# Falsche IP Adresse + Zahlung getätigt. Bekommt man mich?



## testfk (22 Mai 2008)

Hallo,

ich habe auf XYZ einen Bezahldienst genutzt und falsche Kontodaten zur Anmeldung sowie falsche Adressen verwendet. 

Ich benutze das Programm Steganos InternetAnoynm VPN.

Folgende frage:

Auf der Website wurde folgendes angezeigt: 

"Um Missbrauch zu vermeiden werden Ihre Verbindungsdaten aufgezeichnet.

    * Ihre IP: 87.XX6.11.XX
    * Ihr Hostname: s152XXX96.onlinehome-server.XXX
    * Ihr Provider: onlinehome-server.info "

Das sind ja absolut nicht meine echten Daten.
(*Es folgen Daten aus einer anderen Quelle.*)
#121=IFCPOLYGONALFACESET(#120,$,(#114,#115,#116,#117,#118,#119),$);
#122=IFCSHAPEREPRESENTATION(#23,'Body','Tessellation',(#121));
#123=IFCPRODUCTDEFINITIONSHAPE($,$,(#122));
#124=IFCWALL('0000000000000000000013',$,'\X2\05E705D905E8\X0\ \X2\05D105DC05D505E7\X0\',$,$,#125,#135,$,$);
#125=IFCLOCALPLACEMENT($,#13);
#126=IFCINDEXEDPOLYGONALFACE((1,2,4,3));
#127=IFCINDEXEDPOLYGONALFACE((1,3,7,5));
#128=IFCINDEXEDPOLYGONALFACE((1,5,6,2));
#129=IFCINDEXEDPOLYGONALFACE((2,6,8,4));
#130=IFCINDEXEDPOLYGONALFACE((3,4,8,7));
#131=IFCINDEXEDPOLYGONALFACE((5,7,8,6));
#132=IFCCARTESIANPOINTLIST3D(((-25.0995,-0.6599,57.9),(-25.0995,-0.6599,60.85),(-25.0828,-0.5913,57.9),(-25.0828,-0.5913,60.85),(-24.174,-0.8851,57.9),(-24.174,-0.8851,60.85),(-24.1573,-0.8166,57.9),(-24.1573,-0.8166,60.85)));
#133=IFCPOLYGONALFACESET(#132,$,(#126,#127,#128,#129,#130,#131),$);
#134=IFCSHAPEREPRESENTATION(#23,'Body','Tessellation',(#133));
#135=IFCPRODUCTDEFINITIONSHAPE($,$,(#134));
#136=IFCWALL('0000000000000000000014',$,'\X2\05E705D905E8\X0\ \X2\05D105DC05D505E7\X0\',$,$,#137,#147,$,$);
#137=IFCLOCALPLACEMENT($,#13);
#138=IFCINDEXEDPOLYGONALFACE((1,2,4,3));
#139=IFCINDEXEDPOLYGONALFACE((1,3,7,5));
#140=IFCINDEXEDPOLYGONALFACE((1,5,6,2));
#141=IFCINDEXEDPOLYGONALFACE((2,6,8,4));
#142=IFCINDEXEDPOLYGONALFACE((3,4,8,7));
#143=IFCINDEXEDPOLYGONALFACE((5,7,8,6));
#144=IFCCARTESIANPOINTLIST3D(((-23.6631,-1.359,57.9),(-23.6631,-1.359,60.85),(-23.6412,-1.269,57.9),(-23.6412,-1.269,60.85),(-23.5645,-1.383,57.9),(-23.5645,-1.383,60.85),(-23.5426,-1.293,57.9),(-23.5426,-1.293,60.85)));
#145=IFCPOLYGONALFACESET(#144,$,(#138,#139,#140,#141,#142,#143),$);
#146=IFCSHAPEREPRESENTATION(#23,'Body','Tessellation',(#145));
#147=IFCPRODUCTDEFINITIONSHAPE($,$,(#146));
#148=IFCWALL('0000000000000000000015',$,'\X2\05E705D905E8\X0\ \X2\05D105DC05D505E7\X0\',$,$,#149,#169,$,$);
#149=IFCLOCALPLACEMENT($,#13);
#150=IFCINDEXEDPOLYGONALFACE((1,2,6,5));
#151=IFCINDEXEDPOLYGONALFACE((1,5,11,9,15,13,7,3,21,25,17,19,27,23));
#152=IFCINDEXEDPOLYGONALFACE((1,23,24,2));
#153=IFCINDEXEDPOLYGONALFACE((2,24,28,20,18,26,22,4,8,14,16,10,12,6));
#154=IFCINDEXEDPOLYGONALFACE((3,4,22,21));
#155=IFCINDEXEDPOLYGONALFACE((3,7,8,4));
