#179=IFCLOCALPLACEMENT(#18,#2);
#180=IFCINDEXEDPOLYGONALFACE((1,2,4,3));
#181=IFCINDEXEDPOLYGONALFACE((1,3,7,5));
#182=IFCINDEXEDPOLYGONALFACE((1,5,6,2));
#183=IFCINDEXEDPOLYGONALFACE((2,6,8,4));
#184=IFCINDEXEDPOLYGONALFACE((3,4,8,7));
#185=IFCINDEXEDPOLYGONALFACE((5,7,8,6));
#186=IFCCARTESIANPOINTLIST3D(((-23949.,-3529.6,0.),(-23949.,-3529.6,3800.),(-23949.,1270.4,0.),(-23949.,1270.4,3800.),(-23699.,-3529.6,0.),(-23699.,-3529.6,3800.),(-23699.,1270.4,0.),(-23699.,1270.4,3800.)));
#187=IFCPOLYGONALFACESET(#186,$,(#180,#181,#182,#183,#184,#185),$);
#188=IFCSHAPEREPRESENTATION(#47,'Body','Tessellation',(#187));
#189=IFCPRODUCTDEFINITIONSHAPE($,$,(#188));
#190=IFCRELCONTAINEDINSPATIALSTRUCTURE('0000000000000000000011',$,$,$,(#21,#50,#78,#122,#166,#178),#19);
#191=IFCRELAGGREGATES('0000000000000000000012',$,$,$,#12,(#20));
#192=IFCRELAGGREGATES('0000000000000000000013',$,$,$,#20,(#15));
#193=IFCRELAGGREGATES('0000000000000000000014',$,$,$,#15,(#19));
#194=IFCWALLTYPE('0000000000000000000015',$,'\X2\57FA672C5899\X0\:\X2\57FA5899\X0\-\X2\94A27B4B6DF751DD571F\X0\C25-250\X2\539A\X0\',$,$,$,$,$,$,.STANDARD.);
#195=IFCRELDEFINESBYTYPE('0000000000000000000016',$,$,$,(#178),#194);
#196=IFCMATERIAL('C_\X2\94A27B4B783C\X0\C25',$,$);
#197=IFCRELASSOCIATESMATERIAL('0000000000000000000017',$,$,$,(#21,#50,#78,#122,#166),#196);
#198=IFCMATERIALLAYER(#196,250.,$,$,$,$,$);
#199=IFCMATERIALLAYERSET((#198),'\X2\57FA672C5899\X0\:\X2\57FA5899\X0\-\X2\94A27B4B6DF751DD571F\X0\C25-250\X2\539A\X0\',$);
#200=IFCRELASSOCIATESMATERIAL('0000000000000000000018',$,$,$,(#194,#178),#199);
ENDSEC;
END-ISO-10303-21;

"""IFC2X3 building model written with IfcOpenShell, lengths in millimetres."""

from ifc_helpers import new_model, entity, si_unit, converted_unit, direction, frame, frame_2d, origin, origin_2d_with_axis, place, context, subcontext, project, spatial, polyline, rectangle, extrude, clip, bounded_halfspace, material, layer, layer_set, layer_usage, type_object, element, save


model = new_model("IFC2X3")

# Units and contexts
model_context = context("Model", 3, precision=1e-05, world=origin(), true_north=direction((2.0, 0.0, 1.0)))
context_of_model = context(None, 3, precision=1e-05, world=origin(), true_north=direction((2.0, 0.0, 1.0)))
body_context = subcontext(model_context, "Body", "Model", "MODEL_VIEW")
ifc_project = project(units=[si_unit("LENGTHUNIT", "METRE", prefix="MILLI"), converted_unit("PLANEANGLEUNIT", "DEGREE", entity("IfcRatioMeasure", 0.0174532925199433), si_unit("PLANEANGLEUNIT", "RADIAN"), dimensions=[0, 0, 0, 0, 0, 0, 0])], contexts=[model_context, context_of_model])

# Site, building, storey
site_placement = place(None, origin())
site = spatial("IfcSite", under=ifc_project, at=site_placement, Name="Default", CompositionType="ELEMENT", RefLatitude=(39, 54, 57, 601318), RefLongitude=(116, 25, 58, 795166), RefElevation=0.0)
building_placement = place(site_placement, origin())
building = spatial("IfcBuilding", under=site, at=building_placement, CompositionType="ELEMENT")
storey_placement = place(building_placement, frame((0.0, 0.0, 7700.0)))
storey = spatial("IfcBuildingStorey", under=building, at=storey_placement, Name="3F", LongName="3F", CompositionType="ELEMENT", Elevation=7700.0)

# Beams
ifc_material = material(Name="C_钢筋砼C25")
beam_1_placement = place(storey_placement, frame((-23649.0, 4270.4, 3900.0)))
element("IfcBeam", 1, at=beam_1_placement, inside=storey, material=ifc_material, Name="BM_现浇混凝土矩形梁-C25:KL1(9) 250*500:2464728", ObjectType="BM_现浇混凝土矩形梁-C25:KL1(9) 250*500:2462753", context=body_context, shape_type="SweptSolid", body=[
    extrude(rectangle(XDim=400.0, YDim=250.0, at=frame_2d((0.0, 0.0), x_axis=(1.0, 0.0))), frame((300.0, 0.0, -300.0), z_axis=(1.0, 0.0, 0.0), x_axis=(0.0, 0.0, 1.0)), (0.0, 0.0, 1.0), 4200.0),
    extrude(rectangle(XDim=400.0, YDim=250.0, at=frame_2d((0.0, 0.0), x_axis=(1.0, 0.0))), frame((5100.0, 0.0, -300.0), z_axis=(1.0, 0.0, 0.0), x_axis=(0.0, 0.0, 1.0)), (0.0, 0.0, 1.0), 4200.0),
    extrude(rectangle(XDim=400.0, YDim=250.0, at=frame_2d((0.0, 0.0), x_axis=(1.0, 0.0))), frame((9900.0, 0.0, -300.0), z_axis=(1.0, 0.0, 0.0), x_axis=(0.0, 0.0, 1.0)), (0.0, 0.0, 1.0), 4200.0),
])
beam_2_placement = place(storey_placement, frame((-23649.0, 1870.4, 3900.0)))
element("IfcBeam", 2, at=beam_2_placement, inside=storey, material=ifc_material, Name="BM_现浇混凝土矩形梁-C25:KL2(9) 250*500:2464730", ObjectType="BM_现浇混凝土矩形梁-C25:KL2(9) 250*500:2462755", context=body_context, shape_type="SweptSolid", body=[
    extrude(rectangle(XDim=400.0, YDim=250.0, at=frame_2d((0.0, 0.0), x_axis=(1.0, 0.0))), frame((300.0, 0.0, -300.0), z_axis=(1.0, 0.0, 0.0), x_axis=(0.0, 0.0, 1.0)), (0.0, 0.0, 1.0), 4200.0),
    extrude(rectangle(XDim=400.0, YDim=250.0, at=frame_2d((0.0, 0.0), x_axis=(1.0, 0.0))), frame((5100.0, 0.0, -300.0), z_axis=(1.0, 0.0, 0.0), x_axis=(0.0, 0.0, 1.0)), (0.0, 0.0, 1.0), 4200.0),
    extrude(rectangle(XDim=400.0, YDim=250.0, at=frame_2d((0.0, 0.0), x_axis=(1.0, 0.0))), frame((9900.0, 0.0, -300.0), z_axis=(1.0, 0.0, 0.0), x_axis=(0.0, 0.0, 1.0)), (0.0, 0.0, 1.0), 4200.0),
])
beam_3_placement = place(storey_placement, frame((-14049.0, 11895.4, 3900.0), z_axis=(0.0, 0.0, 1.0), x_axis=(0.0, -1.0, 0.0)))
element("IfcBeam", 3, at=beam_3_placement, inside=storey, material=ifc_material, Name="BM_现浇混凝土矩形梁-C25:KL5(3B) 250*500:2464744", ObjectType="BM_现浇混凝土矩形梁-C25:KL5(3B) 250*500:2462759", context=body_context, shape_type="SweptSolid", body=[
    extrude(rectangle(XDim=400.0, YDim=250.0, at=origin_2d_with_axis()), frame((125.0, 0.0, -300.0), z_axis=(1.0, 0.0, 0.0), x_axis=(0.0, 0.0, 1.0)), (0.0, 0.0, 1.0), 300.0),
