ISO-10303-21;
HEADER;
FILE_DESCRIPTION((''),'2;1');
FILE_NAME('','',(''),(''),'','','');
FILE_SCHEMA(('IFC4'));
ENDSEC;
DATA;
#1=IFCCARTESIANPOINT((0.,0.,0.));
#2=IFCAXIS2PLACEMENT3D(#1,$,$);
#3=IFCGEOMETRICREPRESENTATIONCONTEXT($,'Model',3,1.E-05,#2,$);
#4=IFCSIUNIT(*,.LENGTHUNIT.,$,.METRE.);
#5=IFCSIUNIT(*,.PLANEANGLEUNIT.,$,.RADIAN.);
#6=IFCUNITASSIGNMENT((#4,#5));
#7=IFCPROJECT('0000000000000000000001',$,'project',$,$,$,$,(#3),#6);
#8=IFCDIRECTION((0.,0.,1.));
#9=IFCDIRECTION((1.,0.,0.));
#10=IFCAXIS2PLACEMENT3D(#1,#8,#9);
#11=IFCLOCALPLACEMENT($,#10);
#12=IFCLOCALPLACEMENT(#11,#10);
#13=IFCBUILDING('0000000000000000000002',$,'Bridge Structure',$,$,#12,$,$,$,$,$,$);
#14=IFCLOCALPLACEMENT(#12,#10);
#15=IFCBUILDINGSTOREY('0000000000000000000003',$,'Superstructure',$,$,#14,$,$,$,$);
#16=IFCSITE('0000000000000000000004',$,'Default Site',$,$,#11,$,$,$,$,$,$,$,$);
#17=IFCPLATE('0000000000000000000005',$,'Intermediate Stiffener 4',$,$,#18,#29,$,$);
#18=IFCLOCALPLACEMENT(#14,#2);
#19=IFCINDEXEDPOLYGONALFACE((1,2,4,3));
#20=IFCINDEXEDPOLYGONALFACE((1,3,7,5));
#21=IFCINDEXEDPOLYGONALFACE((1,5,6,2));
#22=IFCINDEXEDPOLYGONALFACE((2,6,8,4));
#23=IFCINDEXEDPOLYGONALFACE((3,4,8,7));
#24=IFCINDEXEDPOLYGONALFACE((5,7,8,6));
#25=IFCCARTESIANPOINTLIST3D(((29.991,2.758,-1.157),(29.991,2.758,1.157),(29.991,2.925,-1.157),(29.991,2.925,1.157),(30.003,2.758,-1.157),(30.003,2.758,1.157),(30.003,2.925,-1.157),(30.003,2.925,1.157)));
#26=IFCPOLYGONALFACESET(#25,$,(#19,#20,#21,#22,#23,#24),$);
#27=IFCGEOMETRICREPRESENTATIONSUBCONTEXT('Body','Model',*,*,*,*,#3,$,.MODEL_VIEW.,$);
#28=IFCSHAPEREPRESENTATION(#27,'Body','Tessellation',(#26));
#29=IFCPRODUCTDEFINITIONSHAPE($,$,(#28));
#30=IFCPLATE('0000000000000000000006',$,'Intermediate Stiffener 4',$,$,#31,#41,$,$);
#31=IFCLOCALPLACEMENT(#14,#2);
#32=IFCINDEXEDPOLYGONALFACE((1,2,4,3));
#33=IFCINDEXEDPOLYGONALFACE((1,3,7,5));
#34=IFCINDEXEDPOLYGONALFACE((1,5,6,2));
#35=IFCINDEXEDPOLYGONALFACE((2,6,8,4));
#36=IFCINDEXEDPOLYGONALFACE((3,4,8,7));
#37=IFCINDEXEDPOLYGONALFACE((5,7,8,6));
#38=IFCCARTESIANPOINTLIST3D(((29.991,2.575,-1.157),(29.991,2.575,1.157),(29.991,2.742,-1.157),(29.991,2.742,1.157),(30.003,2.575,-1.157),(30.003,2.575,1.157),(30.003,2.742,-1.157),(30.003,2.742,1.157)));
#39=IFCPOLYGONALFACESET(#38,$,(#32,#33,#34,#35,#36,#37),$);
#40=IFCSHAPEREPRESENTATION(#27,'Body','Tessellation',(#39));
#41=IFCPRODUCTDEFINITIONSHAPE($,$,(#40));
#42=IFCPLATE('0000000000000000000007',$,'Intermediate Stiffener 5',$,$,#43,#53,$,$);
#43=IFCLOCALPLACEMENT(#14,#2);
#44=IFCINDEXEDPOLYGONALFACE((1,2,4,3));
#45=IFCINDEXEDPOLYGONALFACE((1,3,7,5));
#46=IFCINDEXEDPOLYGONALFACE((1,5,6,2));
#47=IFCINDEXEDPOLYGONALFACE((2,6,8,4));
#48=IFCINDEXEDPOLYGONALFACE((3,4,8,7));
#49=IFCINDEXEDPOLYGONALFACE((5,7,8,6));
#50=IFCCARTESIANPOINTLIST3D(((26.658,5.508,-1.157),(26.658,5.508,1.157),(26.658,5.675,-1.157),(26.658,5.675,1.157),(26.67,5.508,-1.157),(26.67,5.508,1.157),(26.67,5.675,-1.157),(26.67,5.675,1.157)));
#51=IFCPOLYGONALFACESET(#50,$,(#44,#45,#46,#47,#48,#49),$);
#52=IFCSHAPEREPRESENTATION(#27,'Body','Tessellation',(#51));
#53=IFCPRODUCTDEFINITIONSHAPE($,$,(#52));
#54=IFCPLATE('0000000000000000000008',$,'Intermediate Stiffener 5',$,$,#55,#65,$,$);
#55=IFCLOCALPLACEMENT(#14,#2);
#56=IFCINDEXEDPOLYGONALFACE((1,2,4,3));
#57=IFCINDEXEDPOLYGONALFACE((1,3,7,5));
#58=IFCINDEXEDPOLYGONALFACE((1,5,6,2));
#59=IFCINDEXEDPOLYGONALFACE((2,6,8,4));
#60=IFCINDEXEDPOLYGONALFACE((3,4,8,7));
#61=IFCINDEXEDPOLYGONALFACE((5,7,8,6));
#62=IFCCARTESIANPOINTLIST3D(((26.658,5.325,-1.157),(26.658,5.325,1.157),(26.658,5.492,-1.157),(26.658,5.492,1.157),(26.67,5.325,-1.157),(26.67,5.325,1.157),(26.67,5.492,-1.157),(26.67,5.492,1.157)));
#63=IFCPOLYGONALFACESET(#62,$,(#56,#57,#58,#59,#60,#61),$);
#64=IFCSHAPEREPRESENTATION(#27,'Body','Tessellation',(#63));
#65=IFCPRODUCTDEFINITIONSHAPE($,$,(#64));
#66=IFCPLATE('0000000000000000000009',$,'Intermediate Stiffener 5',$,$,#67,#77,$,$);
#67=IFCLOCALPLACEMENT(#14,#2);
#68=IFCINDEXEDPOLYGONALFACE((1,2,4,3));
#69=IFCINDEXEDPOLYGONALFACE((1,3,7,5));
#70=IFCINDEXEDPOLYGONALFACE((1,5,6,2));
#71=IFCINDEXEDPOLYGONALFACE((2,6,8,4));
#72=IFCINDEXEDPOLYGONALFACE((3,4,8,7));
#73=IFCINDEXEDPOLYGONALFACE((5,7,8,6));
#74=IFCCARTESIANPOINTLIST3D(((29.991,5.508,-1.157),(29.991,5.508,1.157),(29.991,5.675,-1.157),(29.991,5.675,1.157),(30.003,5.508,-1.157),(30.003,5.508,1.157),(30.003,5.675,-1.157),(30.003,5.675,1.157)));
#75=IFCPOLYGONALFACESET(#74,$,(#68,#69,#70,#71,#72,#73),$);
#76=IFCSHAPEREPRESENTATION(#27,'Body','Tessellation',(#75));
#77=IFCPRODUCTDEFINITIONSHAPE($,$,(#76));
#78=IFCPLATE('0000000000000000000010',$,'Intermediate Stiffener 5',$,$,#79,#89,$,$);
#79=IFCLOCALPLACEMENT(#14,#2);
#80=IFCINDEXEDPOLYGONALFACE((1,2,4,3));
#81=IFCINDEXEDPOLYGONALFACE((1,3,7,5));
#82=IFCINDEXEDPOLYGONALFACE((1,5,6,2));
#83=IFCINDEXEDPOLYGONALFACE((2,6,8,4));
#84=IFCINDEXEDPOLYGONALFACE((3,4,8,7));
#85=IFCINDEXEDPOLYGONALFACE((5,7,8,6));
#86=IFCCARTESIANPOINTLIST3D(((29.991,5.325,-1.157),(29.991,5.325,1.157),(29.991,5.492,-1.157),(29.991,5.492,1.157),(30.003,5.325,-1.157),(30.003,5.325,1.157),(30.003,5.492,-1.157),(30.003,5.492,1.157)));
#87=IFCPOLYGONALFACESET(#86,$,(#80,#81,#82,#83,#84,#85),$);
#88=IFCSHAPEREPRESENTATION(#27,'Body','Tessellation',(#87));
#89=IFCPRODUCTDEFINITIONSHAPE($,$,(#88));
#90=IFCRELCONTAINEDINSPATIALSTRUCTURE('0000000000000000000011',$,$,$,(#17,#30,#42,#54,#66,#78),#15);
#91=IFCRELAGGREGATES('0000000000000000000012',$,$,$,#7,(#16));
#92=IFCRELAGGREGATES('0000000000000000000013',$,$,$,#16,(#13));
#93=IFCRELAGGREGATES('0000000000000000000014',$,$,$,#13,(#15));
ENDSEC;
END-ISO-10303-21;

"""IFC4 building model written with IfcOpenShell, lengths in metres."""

from ifc_helpers import new_model, si_unit, frame, origin, origin_with_axes, origin_2d_with_axis, place, context, subcontext, project, spatial, rectangle, extrude, element, save


model = new_model("IFC4")

# Units and contexts
model_context = context("Model", 3, precision=1e-05, world=origin())
body_context = subcontext(model_context, "Body", "Model", "MODEL_VIEW")
ifc_project = project(units=[si_unit("LENGTHUNIT", "METRE"), si_unit("PLANEANGLEUNIT", "RADIAN")], contexts=[model_context])

# Site, building, storey
site_placement = place(None, origin_with_axes())
site = spatial("IfcSite", under=ifc_project, at=site_placement, Name="Default Site")
building_placement = place(site_placement, origin_with_axes())
building = spatial("IfcBuilding", under=site, at=building_placement, Name="Bridge Structure")
storey_placement = place(building_placement, origin_with_axes())
storey = spatial("IfcBuildingStorey", under=building, at=storey_placement, Name="Superstructure")

# Plates
for number, where, z_axis, x_axis, name in (
    (1, (29.997, 2.8415, -1.157), (0.0, 0.0, 1.0), (1.0, 0.0, 0.0), "Intermediate Stiffener 4"),
    (2, (29.997, 2.6585, -1.157), (0.0, 0.0, 1.0), (1.0, 0.0, 0.0), "Intermediate Stiffener 4"),
    (3, (26.664, 5.5915, -1.157), (0.0, 0.0, 1.0), (1.0, 0.0, 0.0), "Intermediate Stiffener 5"),
    (4, (26.664, 5.4085, -1.157), (0.0, 0.0, 1.0), (1.0, 0.0, 0.0), "Intermediate Stiffener 5"),
    (5, (29.997, 5.5915, -1.157), (0.0, 0.0, 1.0), (1.0, 0.0, 0.0), "Intermediate Stiffener 5"),
    (6, (29.997, 5.4085, -1.157), (0.0, 0.0, 1.0), (1.0, 0.0, 0.0), "Intermediate Stiffener 5"),
):
    element("IfcPlate", number, at=place(storey_placement, frame(where, z_axis=z_axis, x_axis=x_axis)), inside=storey, Name=name, context=body_context, shape_type="SweptSolid", body=[
        extrude(rectangle(XDim=0.012, YDim=0.167, at=origin_2d_with_axis()), origin_with_axes(), (0.0, 0.0, 1.0), 2.314),
    ])

save(model, "model.ifc")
Das ist irgendein Kanal der mit mir nichts zu tun hat. Gibt es die möglichkeit mich trotzdem zu bekommen, sprich, über diesen Server meine IP Herauszufinden oder ist das wirklich nur ein erfunderner Server?

Freu mich auf Antworten


----------



## Heiko (22 Mai 2008)

*AW: Falsche IP Adresse + Zahlung getätigt. Bekommt man mich?*

Du willst also eine Anleitung, wie Du mit einem Betrug davonkommst?

Schau Dich woanders um!


----------